[WHAT IS BEING ASKED]:
If a line below includes the string "association", copy it.

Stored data
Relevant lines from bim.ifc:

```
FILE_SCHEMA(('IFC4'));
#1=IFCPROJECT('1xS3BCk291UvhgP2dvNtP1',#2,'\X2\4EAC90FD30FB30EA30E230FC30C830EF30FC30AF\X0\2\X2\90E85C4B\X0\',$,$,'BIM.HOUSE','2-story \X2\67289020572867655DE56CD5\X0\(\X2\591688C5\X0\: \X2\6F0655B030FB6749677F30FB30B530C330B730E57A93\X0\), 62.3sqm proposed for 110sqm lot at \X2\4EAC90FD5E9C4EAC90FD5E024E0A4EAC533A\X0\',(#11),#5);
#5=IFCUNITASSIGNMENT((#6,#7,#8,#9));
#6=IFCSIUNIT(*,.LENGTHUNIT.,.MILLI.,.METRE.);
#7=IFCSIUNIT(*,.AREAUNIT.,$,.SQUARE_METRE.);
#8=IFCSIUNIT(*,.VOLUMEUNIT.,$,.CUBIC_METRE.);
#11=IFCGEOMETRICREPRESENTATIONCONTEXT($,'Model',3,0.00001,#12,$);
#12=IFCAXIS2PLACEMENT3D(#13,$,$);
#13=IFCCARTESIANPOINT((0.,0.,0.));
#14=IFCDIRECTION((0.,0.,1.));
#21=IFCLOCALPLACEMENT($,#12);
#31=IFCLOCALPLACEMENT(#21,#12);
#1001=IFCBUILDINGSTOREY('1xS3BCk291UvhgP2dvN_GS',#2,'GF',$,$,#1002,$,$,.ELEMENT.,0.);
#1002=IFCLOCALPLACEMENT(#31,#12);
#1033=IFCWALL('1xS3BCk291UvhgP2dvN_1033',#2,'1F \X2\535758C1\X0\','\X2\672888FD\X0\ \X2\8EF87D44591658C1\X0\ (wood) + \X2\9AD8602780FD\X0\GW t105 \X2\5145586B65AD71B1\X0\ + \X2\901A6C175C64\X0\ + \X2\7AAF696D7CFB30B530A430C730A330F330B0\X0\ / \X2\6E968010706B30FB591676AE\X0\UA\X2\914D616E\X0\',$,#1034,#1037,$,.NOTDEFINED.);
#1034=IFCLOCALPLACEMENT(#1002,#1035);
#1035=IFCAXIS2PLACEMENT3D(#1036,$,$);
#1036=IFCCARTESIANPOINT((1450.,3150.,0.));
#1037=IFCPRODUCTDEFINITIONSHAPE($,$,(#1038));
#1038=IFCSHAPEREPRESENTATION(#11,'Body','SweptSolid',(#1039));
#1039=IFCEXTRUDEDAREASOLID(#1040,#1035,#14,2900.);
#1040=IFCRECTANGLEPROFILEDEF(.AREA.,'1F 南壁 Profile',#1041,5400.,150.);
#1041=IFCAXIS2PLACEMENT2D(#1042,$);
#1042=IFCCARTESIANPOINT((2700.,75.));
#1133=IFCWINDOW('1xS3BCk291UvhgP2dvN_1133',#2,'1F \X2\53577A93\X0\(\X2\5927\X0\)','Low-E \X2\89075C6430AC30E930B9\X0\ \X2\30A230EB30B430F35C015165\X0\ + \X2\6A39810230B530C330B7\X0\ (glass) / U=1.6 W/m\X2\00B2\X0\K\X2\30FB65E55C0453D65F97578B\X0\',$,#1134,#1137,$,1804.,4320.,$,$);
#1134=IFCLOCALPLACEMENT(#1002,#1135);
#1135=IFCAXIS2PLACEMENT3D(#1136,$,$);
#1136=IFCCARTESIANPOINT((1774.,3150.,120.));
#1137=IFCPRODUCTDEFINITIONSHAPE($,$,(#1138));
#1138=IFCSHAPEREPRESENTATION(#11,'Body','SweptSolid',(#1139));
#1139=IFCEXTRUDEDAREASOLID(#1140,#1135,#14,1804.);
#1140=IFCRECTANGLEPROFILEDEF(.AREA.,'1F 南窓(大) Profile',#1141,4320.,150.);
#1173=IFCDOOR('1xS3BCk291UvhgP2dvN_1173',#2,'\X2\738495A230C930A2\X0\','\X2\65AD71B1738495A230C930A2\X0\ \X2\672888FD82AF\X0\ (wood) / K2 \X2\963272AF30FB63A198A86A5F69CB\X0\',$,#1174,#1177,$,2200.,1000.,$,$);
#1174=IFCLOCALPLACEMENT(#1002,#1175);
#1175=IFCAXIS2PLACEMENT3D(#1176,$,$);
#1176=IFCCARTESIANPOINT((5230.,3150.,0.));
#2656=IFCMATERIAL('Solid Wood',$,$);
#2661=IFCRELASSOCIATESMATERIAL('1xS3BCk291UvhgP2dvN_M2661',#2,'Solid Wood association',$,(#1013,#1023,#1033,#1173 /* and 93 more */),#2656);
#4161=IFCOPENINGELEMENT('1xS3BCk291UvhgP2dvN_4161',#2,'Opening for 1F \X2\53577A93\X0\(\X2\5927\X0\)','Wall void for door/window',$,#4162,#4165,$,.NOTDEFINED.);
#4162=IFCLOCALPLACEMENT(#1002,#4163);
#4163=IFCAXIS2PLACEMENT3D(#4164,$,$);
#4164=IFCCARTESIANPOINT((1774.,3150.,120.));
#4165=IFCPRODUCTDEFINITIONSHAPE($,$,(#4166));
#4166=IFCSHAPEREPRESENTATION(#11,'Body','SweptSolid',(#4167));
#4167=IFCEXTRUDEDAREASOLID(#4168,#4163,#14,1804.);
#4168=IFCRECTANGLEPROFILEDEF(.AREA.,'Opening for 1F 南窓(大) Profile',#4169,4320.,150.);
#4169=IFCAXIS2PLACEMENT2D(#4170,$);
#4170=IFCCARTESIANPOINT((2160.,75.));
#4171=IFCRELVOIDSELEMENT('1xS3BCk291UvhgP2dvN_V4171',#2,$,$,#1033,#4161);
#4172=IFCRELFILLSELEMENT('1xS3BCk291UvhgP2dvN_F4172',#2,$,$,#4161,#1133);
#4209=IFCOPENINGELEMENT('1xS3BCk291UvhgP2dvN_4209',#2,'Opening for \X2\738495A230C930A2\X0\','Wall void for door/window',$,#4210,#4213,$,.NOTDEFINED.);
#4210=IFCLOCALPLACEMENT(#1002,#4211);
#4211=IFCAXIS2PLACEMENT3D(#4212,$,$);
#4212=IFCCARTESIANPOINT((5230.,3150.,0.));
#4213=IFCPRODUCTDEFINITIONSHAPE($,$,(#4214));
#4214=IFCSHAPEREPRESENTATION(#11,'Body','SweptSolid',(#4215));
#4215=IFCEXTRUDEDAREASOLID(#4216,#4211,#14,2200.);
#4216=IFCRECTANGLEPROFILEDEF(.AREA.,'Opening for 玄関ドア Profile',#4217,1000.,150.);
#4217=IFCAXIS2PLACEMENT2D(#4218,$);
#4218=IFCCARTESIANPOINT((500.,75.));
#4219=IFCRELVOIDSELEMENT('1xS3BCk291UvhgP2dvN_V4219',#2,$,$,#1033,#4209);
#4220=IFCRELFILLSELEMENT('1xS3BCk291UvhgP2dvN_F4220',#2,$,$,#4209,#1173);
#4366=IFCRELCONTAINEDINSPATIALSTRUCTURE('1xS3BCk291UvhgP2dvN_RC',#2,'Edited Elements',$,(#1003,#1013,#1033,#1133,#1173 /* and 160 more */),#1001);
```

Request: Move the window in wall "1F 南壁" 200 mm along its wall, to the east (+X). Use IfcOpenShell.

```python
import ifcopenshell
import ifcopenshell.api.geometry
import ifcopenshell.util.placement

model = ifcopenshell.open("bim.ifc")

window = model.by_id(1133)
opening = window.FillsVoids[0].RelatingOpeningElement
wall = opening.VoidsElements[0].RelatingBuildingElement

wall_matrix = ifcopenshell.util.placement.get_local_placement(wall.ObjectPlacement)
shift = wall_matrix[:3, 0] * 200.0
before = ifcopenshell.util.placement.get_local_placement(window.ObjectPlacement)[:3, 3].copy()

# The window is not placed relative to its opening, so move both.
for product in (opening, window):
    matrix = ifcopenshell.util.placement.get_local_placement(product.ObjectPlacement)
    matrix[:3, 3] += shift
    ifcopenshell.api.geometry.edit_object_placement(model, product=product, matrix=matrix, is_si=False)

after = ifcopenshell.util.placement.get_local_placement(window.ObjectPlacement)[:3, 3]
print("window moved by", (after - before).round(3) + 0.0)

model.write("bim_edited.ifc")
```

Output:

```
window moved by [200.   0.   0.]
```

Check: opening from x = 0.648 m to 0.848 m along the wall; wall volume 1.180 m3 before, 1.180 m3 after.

* * *

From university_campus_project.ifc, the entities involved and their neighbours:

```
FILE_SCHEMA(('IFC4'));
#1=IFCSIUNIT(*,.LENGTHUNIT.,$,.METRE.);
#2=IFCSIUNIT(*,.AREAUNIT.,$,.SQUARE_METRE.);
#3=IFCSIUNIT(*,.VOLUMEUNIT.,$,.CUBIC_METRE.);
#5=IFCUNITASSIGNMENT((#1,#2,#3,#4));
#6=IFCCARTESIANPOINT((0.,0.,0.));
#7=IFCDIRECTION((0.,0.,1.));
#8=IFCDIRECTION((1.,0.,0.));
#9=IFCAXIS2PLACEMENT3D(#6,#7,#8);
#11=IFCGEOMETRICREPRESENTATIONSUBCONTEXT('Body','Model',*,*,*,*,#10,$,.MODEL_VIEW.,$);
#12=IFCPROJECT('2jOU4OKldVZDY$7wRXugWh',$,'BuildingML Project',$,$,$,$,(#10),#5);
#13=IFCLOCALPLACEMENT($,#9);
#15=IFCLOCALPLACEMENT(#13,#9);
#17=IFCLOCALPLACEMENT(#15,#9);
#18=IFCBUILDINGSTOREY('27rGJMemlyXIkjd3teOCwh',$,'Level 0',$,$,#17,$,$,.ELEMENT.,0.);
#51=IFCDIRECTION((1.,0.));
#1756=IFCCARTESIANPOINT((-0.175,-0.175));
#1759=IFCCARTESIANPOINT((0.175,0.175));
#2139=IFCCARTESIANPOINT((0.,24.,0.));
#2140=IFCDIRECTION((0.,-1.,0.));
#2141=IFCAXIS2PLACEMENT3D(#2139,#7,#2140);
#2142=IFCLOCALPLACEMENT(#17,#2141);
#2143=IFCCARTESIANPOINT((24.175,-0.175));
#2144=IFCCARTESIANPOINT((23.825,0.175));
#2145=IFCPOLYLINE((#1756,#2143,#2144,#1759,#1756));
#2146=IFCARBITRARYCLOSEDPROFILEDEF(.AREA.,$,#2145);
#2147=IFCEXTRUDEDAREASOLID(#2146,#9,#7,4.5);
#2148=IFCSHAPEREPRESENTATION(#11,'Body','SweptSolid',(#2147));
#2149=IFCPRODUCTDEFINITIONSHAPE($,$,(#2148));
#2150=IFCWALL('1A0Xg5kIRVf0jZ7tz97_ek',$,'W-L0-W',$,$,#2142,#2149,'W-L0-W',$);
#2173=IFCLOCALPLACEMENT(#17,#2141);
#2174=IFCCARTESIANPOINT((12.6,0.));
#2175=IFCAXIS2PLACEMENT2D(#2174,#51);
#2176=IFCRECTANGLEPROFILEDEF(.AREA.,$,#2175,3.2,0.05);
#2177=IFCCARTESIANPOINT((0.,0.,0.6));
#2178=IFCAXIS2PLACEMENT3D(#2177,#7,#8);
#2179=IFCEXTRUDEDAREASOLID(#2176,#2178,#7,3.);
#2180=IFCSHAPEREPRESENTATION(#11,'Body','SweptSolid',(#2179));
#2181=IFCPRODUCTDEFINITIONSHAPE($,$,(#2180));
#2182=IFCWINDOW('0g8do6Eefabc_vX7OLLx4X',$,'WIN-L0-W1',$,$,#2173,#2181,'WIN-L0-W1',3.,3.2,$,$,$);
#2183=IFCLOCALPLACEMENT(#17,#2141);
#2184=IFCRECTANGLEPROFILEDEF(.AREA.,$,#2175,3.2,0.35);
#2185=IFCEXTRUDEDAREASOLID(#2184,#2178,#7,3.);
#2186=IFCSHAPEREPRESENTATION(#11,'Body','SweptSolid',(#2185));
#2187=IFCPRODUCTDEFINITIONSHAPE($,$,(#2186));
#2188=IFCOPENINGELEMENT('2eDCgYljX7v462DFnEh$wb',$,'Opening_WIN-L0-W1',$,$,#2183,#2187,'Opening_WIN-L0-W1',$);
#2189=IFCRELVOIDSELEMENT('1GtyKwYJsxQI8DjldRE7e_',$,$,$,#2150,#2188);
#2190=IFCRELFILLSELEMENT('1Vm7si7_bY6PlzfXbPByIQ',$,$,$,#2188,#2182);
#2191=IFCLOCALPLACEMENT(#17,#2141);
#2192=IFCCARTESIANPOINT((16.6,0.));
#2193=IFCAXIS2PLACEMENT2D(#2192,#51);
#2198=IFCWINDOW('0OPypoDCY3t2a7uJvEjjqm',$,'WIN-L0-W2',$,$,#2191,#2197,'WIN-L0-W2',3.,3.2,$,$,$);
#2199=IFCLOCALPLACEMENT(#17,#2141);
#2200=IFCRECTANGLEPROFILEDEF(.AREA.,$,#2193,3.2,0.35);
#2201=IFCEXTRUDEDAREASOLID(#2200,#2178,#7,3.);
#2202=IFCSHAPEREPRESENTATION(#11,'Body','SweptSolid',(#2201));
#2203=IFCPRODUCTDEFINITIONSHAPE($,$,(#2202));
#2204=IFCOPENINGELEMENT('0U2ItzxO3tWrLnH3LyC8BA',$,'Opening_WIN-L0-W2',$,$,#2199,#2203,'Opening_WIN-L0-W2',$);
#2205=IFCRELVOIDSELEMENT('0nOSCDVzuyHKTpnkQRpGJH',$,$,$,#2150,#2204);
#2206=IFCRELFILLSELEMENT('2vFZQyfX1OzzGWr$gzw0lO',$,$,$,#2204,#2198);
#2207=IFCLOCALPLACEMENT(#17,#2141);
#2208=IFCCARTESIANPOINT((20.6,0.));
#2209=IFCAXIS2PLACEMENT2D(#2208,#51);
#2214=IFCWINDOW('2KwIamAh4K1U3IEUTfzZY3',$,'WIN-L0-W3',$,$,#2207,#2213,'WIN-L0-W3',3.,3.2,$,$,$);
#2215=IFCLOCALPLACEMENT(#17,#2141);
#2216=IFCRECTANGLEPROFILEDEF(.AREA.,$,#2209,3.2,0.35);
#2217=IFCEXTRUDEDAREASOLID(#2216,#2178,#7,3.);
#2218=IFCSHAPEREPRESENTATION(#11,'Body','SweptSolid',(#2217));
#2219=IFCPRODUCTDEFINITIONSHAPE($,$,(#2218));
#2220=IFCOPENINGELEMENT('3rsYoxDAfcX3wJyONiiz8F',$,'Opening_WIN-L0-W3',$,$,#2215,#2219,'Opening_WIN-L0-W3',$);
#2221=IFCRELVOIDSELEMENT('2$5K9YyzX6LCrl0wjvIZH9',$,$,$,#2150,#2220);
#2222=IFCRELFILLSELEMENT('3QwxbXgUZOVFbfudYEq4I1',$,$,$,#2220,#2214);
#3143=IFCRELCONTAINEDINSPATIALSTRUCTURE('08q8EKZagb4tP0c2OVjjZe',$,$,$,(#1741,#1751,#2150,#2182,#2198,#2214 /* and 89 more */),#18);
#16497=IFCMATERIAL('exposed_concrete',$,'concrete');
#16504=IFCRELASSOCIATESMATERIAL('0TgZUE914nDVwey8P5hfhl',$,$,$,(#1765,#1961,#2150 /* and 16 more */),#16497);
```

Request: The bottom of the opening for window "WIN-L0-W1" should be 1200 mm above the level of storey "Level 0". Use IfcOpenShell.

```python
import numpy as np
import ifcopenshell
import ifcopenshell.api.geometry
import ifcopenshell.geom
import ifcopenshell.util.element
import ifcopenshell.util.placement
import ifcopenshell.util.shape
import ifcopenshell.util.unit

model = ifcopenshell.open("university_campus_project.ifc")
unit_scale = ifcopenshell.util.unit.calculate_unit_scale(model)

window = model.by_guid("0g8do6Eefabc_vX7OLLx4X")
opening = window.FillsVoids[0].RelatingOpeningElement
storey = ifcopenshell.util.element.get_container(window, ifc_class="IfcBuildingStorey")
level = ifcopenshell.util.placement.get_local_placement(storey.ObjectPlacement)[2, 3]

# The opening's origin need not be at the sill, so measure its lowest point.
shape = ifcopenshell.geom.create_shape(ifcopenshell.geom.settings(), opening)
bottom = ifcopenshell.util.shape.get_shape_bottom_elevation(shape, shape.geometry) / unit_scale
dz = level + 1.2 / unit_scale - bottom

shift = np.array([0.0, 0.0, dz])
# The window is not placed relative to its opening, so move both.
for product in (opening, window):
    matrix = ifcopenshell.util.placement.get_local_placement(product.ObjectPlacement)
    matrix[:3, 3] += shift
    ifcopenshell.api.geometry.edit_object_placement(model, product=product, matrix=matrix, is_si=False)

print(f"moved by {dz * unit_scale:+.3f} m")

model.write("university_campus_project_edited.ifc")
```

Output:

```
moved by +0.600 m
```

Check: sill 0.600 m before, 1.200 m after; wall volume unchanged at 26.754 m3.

==

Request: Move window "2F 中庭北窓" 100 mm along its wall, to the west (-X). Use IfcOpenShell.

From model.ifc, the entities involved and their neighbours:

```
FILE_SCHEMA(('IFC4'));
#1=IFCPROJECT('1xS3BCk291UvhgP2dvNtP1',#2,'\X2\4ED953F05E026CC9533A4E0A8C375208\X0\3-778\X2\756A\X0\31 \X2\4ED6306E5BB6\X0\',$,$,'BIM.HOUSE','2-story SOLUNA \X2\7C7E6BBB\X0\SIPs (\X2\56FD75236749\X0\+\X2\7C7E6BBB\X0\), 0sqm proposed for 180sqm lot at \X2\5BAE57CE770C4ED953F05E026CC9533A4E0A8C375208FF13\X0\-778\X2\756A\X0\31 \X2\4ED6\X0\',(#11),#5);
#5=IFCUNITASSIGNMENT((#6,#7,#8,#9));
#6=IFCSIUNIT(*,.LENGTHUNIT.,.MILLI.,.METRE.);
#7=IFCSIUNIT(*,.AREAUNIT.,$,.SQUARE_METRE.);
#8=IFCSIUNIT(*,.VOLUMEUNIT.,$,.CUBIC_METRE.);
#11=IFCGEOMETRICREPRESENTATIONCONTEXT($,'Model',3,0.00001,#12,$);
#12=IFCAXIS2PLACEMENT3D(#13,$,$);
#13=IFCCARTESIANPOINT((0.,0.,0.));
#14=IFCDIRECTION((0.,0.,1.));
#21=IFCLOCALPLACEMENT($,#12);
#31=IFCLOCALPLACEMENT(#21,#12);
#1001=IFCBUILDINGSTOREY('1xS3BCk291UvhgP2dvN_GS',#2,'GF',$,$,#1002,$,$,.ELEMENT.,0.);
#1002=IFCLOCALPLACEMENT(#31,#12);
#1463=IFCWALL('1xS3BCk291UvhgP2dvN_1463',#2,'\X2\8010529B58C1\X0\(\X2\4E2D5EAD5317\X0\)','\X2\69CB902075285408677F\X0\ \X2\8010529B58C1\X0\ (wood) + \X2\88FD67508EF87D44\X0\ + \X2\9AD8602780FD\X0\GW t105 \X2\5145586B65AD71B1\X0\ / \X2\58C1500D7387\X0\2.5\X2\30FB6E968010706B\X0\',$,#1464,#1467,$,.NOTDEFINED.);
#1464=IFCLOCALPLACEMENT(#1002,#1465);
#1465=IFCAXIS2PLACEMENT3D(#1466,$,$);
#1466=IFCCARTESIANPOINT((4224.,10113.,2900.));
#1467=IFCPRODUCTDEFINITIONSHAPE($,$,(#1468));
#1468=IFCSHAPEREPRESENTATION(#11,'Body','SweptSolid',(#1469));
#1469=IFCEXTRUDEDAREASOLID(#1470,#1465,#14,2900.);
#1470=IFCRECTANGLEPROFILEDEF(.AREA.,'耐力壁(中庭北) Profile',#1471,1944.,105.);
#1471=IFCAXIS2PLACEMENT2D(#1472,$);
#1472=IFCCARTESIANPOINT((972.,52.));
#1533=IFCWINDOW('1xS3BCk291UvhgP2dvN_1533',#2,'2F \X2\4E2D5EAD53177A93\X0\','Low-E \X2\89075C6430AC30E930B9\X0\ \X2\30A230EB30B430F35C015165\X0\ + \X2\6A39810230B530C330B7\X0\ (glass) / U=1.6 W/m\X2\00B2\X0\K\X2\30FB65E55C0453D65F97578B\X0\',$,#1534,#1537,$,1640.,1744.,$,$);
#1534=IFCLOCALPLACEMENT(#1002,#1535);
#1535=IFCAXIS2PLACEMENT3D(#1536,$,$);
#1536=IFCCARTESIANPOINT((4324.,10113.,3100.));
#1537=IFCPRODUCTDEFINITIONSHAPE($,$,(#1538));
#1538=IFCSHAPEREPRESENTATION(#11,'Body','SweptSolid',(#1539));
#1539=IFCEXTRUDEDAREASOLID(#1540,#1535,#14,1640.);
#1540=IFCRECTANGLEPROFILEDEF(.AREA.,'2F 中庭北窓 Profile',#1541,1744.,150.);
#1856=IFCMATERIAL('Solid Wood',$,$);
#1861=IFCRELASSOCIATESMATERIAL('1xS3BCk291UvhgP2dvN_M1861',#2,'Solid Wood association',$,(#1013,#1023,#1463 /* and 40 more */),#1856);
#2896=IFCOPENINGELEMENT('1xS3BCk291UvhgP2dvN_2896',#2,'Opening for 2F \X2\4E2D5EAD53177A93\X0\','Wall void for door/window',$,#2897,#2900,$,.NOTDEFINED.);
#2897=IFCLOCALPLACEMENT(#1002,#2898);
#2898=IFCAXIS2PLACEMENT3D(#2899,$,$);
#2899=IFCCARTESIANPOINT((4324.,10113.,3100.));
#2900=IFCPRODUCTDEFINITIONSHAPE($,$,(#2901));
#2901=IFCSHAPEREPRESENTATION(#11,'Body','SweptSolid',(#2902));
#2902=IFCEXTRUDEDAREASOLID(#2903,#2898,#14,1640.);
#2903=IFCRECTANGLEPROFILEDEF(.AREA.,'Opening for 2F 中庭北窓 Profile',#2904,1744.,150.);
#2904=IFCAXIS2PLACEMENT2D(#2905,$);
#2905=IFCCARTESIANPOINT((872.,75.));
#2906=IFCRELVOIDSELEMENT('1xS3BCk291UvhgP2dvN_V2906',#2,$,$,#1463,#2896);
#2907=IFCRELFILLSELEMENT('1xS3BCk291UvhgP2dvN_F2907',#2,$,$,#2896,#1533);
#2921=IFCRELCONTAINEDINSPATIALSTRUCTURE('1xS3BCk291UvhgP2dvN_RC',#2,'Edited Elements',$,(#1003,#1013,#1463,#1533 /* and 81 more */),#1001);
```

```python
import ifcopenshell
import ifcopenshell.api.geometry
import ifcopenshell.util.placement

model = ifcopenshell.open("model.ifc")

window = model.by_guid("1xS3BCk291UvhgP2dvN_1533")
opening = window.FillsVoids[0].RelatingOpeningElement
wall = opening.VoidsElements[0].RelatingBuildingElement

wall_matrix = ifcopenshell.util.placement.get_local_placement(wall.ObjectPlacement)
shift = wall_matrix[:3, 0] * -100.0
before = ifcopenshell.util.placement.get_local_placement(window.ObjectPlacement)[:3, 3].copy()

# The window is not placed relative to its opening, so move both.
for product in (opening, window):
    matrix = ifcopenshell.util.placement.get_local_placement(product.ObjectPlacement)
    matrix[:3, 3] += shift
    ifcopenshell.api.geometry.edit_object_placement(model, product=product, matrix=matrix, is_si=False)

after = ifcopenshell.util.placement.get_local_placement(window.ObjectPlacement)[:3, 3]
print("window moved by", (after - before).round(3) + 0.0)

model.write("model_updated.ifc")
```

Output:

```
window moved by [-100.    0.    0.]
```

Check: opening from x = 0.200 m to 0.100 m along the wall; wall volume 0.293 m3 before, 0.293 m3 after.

[EXERCISE RESULT]:
#2661=IFCRELASSOCIATESMATERIAL('1xS3BCk291UvhgP2dvN_M2661',#2,'Solid Wood association',$,(#1013,#1023,#1033,#1173 /* and 93 more */),#2656);
#1861=IFCRELASSOCIATESMATERIAL('1xS3BCk291UvhgP2dvN_M1861',#2,'Solid Wood association',$,(#1013,#1023,#1463 /* and 40 more */),#1856);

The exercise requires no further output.